True cost per KM based on my vehicle $0.32 per km operating cost

Gross Pay for period = $160.99 or $26.83 per hour gross (No guarantee at this time anymore )
Net Pay for Period = $122.39 or $20.39 per hour Net

Cost of driving for the night $48.96

Gross - Cost = $112.03 or $18.67 gross per hour after expenses
Net - Cost = $73.43 = $12.23 per hour clear in pocket

So far that's my worst numbers cleared to date. This is most likely due to the long distance drives and not maximizing on the surges. But to be honest this would have been less of an expense on my car as most were highway runs.

So as some have questioned the numbers I am enclosing screen shots of the Trip report and the statement. If you see an issue please constructively let me know. And if you have questions regards to particulars on a trip I'm happy to share.

Trip log










Pay statement for reference.










Not sure how I should validate my total km driven as some don't believe the figure as accurate. (I assure you it is). But if you got an idea let me know.


----------



## scrurbscrud (Sep 11, 2014)

*Seems to be a fair assessment. *

The low dead miles are keeping you in play. Part of the issues of being a full timer is that the dead miles can be a lot higher during off times if you are hunting for fares, which tend to bring the dead mile numbers up overall to the usual 1/1. My dead miles are usually lower on Fri-Sun.

And you are being more than fair on your costs to drive. Moreso than most here. So hat tip for that.

I think you might easily recognize the issues in most of the U.S. if you scratched 30% off your mileage rate and would readily understand that it's a no money deal to the drivers of UberX std. if they are using a half assed decent ride to do the gig.

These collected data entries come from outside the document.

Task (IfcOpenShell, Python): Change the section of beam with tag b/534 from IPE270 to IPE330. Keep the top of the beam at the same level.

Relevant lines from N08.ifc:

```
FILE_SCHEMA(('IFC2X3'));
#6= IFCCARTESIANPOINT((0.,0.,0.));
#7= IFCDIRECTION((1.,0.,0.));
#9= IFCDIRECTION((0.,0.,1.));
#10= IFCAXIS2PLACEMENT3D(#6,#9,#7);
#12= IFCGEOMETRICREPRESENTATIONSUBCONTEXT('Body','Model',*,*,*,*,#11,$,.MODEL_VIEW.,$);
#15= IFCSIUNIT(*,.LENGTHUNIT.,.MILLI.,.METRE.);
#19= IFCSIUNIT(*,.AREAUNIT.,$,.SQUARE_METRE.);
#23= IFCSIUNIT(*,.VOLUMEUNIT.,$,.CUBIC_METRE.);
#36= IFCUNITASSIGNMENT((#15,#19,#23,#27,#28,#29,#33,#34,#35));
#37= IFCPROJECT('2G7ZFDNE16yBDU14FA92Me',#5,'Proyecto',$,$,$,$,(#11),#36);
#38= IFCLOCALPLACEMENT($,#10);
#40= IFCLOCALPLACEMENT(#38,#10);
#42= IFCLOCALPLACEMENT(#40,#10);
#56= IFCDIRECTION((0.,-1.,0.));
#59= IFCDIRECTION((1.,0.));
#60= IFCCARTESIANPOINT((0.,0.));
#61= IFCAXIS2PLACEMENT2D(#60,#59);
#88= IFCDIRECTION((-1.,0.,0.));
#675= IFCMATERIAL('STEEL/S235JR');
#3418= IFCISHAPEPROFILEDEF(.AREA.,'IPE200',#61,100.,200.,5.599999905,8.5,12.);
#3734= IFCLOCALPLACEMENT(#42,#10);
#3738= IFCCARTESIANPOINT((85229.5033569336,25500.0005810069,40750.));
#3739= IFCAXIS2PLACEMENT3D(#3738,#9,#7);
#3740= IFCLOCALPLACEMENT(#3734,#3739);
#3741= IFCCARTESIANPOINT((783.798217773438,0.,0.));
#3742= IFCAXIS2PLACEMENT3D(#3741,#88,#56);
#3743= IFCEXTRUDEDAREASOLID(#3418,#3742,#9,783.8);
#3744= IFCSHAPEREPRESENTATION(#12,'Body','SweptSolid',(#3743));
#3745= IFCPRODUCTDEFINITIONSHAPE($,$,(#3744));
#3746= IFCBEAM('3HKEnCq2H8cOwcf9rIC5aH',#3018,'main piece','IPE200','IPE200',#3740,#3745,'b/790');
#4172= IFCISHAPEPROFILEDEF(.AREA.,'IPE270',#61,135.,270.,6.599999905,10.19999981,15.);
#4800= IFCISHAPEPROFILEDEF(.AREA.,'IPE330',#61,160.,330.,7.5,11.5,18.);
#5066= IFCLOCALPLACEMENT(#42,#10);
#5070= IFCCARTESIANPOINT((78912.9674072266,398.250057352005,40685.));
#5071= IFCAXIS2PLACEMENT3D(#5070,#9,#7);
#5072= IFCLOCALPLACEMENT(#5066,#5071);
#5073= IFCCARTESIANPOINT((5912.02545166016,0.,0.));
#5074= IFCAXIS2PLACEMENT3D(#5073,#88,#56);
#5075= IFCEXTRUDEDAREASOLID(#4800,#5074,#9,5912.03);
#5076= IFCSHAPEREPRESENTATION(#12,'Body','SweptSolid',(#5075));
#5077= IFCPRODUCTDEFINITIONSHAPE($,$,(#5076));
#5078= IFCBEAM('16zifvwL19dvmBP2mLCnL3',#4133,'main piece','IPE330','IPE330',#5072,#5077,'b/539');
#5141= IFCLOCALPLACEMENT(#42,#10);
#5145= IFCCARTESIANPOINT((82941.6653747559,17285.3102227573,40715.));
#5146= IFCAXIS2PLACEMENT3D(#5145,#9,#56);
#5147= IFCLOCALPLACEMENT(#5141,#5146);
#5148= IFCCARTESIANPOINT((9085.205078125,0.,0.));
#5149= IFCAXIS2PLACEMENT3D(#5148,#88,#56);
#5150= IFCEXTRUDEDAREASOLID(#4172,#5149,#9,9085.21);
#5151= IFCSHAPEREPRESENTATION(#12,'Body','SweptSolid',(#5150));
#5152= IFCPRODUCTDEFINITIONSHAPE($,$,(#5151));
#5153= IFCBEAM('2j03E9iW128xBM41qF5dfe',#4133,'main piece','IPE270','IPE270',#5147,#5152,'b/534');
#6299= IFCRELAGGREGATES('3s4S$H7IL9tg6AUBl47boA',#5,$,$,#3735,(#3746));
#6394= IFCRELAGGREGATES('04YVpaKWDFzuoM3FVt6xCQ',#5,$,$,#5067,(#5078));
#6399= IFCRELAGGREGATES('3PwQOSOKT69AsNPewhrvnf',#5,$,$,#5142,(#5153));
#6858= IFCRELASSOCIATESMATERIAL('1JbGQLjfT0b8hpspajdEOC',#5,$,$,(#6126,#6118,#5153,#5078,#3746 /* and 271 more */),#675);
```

```python
import ifcopenshell
import ifcopenshell.util.element
import ifcopenshell.util.representation

model = ifcopenshell.open("N08.ifc")

member = model.by_guid("2j03E9iW128xBM41qF5dfe")
source = next(p for p in model.by_type("IfcIShapeProfileDef") if p.ProfileName == "IPE330")

body = ifcopenshell.util.representation.get_representation(member, "Model", "Body")
solid = body.Items[0]
old_profile = solid.SweptArea

# Copy the section's sizes but keep this member's own profile position.
profile = ifcopenshell.util.element.copy(model, source)
# Profiles are centred, so shift by half the change in depth to hold the top.
shift = (old_profile.OverallDepth - profile.OverallDepth) / 2
x, y = old_profile.Position.Location.Coordinates
up = (0.0, 1.0)  # upwards, in the solid's own plane
location = model.createIfcCartesianPoint((x + up[0] * shift, y + up[1] * shift))
profile.Position = model.createIfcAxis2Placement2D(location, old_profile.Position.RefDirection)
solid.SweptArea = profile
if not model.get_total_inverses(old_profile):
    ifcopenshell.util.element.remove_deep2(model, old_profile)
member.Description = member.Description.replace("IPE270", "IPE330")
member.ObjectType = member.ObjectType.replace("IPE270", "IPE330")

print(solid.SweptArea)

model.write("N08_v2.ifc")
```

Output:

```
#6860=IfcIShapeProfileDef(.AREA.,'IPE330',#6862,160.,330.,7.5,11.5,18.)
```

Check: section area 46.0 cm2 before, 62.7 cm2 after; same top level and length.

It remains a risky gig for $12 an hour with insurance issues and all. Plus the hours suck major ass.


----------



## Actionjax (Oct 6, 2014)

scrurbscrud said:


> *Seems to be a fair assessment. *
> 
> The low dead miles are keeping you in play. Part of the issues of being a full timer is that the dead miles can be a lot higher during off times if you are hunting for fares, which tend to bring the dead mile numbers up overall to the usual 1/1. My dead miles are usually lower on Fri-Sun.
> 
> ...


I agree with you on that. It was risky even at $15 per hour. And I do get the trolling for fares if you are trying to make a living. Since I don't make a living I was happy to sit in that dead zone the entire time to get the numbers. And no ping was or would be refused. The idea was to try and loose money.

But my next run will be to add trolling and chasing surges for the hell of it. Load up on the miles like someone who was a newbie would on their first day. Then report back to see what chasing does to your hourly.

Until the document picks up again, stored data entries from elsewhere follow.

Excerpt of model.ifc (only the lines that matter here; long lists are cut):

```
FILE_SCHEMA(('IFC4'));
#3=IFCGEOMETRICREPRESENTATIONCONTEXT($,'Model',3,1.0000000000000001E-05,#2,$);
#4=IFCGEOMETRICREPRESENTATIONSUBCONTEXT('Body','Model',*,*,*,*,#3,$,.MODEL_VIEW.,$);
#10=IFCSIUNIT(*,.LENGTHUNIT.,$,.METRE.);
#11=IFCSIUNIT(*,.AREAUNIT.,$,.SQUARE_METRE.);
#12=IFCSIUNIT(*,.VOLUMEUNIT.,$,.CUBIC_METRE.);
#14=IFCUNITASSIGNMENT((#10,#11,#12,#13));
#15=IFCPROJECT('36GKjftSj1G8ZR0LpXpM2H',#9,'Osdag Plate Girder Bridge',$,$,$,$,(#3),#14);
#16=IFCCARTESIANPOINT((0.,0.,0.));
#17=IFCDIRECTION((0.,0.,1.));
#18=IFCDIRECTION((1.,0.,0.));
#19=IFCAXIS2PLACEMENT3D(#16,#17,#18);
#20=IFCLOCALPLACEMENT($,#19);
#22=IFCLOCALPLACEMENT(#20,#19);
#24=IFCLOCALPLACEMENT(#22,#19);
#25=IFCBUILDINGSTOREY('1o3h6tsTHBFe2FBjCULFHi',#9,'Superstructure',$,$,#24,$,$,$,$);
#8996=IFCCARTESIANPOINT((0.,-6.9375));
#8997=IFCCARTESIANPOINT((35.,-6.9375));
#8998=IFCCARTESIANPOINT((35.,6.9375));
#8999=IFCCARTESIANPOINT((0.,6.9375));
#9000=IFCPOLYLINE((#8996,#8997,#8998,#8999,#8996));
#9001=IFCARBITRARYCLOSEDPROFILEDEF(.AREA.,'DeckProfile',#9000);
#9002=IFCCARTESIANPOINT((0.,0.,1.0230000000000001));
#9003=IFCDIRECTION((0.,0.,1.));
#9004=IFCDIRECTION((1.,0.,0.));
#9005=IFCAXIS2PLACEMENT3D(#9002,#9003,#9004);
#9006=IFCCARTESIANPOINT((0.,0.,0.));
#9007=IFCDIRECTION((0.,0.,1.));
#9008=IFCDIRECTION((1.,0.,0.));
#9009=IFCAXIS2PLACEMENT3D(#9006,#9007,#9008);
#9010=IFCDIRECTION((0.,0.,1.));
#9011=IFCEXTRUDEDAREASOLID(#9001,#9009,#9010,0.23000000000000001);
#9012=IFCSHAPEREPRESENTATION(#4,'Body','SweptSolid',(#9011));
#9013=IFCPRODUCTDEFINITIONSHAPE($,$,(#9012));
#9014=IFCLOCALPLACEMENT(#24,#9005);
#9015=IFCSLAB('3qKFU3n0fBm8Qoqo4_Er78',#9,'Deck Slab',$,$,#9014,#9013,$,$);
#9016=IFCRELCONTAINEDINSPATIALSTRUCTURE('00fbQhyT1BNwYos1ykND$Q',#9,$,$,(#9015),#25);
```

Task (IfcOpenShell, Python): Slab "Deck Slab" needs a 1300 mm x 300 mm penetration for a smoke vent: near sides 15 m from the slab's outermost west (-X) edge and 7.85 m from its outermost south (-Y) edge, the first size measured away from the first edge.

```python
import numpy as np
import ifcopenshell
import ifcopenshell.api.feature
import ifcopenshell.api.geometry
import ifcopenshell.api.root
import ifcopenshell.geom
import ifcopenshell.util.placement
import ifcopenshell.util.representation
import ifcopenshell.util.shape
import ifcopenshell.util.unit

model = ifcopenshell.open("model.ifc")
unit_scale = ifcopenshell.util.unit.calculate_unit_scale(model)
settings = ifcopenshell.geom.settings()


def volume(element):
    """Net volume in cubic metres, openings subtracted."""
    shape = ifcopenshell.geom.create_shape(settings, element)
    return ifcopenshell.util.shape.get_volume(shape.geometry)


slab = model.by_guid("3qKFU3n0fBm8Qoqo4_Er78")
before = volume(slab)

# Extent in the slab's own axes, in metres. The edges named are its -X and -Y sides.
slab_shape = ifcopenshell.geom.create_shape(settings, slab)
vertices = ifcopenshell.util.shape.get_vertices(slab_shape.geometry)
x_min, y_min, bottom = vertices.min(axis=0)
top = vertices[:, 2].max()

opening = ifcopenshell.api.root.create_entity(model, ifc_class="IfcOpeningElement", name="Smoke vent opening", predefined_type="OPENING")
context = ifcopenshell.util.representation.get_context(model, "Model", "Body", "MODEL_VIEW")
width, depth = 1.3, 0.3
outline = [(0.0, 0.0), (width, 0.0), (width, depth), (0.0, depth), (0.0, 0.0)]
# Overshoot both faces by 50 mm so the cut is clean.
shape = ifcopenshell.api.geometry.add_slab_representation(
    model, context=context, depth=top - bottom + 0.1, polyline=outline
)
ifcopenshell.api.geometry.assign_representation(model, product=opening, representation=shape)

matrix = ifcopenshell.util.placement.get_local_placement(slab.ObjectPlacement)
matrix[:, 3] = matrix @ np.append(np.array([x_min + 15, y_min + 7.85, bottom - 0.05]) / unit_scale, 1.0)
ifcopenshell.api.geometry.edit_object_placement(model, product=opening, matrix=matrix, is_si=False)
ifcopenshell.api.feature.add_feature(model, feature=opening, element=slab)

after = volume(slab)

print(f"slab volume {before:.3f} -> {after:.3f} m3")

model.write("model-out.ifc")
```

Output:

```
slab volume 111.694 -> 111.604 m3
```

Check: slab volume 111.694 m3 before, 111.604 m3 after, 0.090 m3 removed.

Thanks for looking over the numbers.


----------



## Goober (Oct 16, 2014)

This was a great post....a good example how newbies should look at their actually earnings. Too often seeing Gross confused with Net or Net not considering operating costs.


----------



## Uber SUCKS for drivers! (Jan 1, 2015)

Actionjax said:


> I agree with you on that. It was risky even at $15 per hour. And I do get the trolling for fares if you are trying to make a living. Since I don't make a living I was happy to sit in that dead zone the entire time to get the numbers. And no ping was or would be refused. The idea was to try and loose money.
> 
> But my next run will be to add trolling and chasing surges for the hell of it. Load up on the miles like someone who was a newbie would on their first day. Then report back to see what chasing does to your hourly.
> 
> Thanks for looking over the numbers.


Again, you may be in the last profitable market in North America. Hats off & enjoy it while it lasts! It sucks for the rest of us!


----------



## scrurbscrud (Sep 11, 2014)

Actionjax said:


> I agree with you on that. It was risky even at $15 per hour. And I do get the trolling for fares if you are trying to make a living. Since I don't make a living I was happy to sit in that dead zone the entire time to get the numbers. And no ping was or would be refused. The idea was to try and loose money.
> 
> But my next run will be to add trolling and chasing surges for the hell of it. Load up on the miles like someone who was a newbie would on their first day. Then report back to see what chasing does to your hourly.
> 
> Thanks for looking over the numbers.


I would suspect that if you jumped into the fray where no one wants to drive, BUT where all the action is, AND you drove from 4p.m. til 4a.m. on a Sat. nite you could probably do pretty well.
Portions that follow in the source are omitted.